吴侯冷冷摇头:“不知道,要么是契丹的,要么便是那逆贼没死罢,”
关信脑子一转,问:“会不会是天门的其他人?”
吴侯一愣,不是没有这种可能。
“定天下既不在叛贼手里,也不在宫里那孩子身上……”关信故意停在这里,让吴侯自己琢磨去吧。
当夜,吴侯房内彻夜通明。
“义父。”少年刺客跪在吴侯面前,“那把剑是神兵?这么厉害?”
吴侯摆摆手,示意他起身说话:“那不是剑,是号令天下兵马的兵符。记得低调拿了剑,绝不可声张。如果落于险境,便随处找个湖,将剑暂沉于湖底,改日再取。”
“知道了。”少年刺客领了命起身,“义父还有何不放心?”
吴侯看着少年,肃容说:“回儿,此去当心。你哥便是死于那厮之手,切勿大意。”
吴回表情瞬间变了,当即沉声道:“我定杀了他,替大哥报仇!也会将剑带回来的。”
临到门口,吴回却突然回身,认真问:“那大皇子要不要一道儿杀了?”
“如若避不开,你权衡着办,不必有所顾虑。”
吴回一点头:“是。
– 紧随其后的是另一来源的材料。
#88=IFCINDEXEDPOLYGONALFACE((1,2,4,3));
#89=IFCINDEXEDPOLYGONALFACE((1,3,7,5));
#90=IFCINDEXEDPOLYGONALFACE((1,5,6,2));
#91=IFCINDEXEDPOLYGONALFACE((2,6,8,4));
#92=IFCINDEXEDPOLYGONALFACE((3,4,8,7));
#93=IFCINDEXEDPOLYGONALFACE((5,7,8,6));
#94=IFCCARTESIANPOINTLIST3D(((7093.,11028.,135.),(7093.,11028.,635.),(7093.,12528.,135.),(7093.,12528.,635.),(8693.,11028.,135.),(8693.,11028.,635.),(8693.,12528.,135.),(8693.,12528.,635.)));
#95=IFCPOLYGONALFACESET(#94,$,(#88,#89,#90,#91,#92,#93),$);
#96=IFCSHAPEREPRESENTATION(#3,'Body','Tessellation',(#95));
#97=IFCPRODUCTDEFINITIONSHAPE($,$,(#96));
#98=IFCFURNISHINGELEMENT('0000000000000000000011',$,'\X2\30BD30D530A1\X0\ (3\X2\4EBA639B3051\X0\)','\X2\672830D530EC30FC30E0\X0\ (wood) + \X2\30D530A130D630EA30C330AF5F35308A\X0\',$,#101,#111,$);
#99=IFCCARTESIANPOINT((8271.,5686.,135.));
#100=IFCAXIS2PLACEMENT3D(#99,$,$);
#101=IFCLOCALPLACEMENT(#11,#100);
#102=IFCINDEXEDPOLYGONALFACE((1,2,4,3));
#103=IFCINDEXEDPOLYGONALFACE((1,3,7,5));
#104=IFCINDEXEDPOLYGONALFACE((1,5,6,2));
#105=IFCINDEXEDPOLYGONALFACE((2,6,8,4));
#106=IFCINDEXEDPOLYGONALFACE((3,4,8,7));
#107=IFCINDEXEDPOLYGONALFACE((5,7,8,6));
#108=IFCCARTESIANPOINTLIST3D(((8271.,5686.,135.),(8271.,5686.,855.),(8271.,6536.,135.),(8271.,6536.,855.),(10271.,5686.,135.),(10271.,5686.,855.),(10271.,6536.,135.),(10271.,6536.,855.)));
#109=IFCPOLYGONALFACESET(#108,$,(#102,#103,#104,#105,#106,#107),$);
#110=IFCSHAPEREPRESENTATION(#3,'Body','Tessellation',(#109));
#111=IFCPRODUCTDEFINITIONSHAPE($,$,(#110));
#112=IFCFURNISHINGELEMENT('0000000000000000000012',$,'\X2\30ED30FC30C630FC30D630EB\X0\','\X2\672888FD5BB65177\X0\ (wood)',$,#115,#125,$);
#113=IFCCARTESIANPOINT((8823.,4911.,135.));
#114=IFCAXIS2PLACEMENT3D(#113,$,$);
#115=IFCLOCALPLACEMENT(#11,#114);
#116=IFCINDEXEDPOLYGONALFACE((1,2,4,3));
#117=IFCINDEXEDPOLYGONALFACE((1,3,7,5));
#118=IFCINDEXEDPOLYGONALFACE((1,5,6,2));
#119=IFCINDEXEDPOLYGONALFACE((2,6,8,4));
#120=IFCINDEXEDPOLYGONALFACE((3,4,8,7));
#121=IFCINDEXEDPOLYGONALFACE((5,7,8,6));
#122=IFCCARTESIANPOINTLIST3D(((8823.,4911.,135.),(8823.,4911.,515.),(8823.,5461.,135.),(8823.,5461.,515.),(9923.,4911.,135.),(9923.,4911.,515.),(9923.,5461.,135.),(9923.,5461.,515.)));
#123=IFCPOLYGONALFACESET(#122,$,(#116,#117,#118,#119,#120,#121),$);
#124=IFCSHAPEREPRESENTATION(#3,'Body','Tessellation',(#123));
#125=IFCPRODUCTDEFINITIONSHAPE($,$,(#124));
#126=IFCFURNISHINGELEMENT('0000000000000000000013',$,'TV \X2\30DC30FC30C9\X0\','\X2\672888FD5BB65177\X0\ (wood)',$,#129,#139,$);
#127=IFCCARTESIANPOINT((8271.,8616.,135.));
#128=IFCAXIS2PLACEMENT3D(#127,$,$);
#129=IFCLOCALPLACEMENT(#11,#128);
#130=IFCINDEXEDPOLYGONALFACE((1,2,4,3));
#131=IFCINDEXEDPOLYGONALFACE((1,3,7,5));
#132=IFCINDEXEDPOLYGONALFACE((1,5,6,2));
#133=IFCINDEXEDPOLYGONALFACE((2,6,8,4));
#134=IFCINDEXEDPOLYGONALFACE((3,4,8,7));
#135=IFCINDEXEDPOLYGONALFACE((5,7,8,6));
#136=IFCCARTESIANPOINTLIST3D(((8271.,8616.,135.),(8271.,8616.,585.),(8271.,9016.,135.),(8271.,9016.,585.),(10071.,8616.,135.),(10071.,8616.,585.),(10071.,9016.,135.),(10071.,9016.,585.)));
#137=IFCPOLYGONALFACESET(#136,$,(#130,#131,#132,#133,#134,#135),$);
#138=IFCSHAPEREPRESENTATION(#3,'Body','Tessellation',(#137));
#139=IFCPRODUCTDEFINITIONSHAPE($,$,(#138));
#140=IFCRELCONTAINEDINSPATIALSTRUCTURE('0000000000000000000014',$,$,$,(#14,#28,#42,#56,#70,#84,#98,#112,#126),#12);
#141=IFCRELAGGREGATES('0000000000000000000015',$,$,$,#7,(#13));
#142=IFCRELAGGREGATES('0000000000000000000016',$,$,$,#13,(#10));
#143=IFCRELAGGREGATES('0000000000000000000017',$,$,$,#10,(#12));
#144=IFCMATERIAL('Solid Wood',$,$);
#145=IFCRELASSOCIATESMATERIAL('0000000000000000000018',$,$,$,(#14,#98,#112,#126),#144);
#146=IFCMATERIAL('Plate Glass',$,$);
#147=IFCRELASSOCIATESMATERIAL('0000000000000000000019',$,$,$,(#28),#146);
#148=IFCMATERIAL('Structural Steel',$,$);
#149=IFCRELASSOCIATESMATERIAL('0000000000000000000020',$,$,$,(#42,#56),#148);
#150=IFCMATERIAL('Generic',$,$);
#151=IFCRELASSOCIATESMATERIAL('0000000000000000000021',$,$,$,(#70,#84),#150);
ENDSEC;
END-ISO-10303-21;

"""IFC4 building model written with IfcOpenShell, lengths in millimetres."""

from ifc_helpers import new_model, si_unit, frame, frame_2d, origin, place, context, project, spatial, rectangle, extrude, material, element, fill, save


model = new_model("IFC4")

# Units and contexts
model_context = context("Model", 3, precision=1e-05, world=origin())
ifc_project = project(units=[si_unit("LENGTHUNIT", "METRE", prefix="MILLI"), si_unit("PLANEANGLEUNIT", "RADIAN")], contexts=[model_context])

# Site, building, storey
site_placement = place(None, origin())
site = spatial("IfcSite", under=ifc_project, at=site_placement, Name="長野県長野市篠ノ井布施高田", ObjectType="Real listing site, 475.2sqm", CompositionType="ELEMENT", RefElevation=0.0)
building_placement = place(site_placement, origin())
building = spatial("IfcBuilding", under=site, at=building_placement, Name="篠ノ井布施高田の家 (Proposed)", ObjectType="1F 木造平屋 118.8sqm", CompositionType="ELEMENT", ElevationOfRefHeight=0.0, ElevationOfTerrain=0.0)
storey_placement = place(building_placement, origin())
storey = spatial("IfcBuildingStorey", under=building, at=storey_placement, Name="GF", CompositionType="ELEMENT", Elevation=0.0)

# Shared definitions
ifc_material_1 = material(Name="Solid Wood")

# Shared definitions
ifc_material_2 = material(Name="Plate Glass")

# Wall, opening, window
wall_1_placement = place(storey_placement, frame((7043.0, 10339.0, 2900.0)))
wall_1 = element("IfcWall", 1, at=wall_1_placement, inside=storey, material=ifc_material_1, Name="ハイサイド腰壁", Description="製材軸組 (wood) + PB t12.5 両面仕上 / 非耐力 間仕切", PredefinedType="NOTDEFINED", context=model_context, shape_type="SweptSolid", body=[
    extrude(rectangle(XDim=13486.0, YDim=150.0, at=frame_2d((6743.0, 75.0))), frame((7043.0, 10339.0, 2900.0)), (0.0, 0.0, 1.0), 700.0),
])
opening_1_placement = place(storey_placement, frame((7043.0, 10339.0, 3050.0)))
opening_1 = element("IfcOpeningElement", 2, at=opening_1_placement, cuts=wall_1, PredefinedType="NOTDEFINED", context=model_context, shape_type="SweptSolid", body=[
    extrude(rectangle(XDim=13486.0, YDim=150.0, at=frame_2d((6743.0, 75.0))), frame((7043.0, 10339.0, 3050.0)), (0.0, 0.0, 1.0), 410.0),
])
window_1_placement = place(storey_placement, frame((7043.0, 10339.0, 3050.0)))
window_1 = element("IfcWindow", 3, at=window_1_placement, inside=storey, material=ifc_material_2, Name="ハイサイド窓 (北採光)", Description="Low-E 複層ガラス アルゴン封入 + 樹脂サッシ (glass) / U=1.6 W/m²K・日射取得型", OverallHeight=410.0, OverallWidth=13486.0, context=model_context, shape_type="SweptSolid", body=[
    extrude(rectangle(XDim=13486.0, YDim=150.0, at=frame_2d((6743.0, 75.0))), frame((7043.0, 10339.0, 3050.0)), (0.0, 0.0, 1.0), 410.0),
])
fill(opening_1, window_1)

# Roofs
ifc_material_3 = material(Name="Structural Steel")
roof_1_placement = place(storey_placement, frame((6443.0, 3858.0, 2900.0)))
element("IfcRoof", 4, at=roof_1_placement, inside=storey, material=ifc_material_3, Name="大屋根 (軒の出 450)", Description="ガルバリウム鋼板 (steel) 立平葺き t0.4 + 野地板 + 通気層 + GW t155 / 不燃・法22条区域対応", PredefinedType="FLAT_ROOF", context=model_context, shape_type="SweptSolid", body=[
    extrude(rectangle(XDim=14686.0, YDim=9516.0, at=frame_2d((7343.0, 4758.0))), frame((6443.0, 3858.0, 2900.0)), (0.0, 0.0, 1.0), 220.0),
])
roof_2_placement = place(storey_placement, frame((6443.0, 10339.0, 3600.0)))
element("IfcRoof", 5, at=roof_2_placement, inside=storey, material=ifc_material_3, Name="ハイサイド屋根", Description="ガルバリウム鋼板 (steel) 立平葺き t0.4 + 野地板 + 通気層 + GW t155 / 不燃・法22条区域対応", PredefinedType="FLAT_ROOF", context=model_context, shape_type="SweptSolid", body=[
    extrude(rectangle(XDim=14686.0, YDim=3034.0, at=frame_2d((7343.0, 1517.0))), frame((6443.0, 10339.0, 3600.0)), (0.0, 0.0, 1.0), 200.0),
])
”
“江陵城,少年郎;封侯将,上战场;几度还,不自量;君王在,他张狂;铁蹄去,反戈向;给他王,却卖国,不要脸来烂心肠!曝他尸,穿他肠,掘他祖坟鞭尸偿……”
几个孩子唱着传来的歌谣,在街边掷飞镖,靶子上贴了张凶神恶煞的画像。
刘瑾停下脚步,转向歌谣传来的方向:“他们在说谁?”
谢玖见那画像被扎得破破烂烂,旁边潦草地书写“谢”字,漠然道:“不认得。”
刘瑾没有追问,感觉到谢玖拉着他的手紧了紧。
路人眼里,这不过是一对身着锦缎的富家兄弟。
谢玖带刘瑾看了很多大夫,看医的过程是痛苦的,施针、用药的皮肉之苦,也有治不好的绝望。
有的药方很猛,刘瑾喝下便开始吐。谢玖帮他收拾了,又洗澡换衣服。
“对不起……”刘瑾知道自己给谢玖带来了很多麻烦。
“头抬起来。”谢玖语气没有感情,掐着刘瑾的下巴,以防他脸碰着水。
刘瑾眼睛蒙着黑布敷药,想来那药也是有刺激性的,他总皱着眉。
谢玖面无表情看着他,心想,你才吃这点苦,谢晚意可是被曝尸穿肠。
人人都说谢晚意是恶鬼,谢玖是谢晚意亲自养大的,也是有点疯血传下来的。
翌日。
“又去找大夫啦?”农庄里都有人记得这两兄弟了,一个戴面具的哥哥,整日带着个蒙眼的弟弟找大夫看病。
“怎么总治不好,这要什么时候才能上路?”谢玖牵着刘瑾离开医馆,语气逐渐急躁,城外十里的所有大夫他们几乎都看过了。
“算了……”刘瑾突然说,语气变得坚定,“不治了,我们去尧山吧。”
谢玖不但没有劝解,反而直接回客栈收拾了包袱,当下便找掌柜结账,带刘瑾启程上路。
刘瑾还抱着那关山月,剑被谢玖用布包起来了。
“你有剑吗?”刘瑾问。
“我不用剑。”谢玖一抖手臂,腕上哗地亮出一个钢爪,想起刘瑾看不到,“这兵器叫春风度,诗意吧?抓一下胸膛,心就掏出来了。”
既然谢玖用不上,刘瑾不舍地捧着关山月:“那把它埋了吧。”不然被官府盯上,他们就有麻烦了。
谢玖想了想,说:“先带着吧。”
刘瑾便不再多言,小心地背着关山月。他时常想,剑应该是对武人来说极重要的东西,堪比性命,就像江陵王与关山月,就像幽朔与……
马车上了山道,刘瑾被颠簸得头晕,渐渐接受了失明的事实。回想这些日子发生的所有事,他知道自己要尽快振作起来,谢晚意不能蒙受这不白之冤。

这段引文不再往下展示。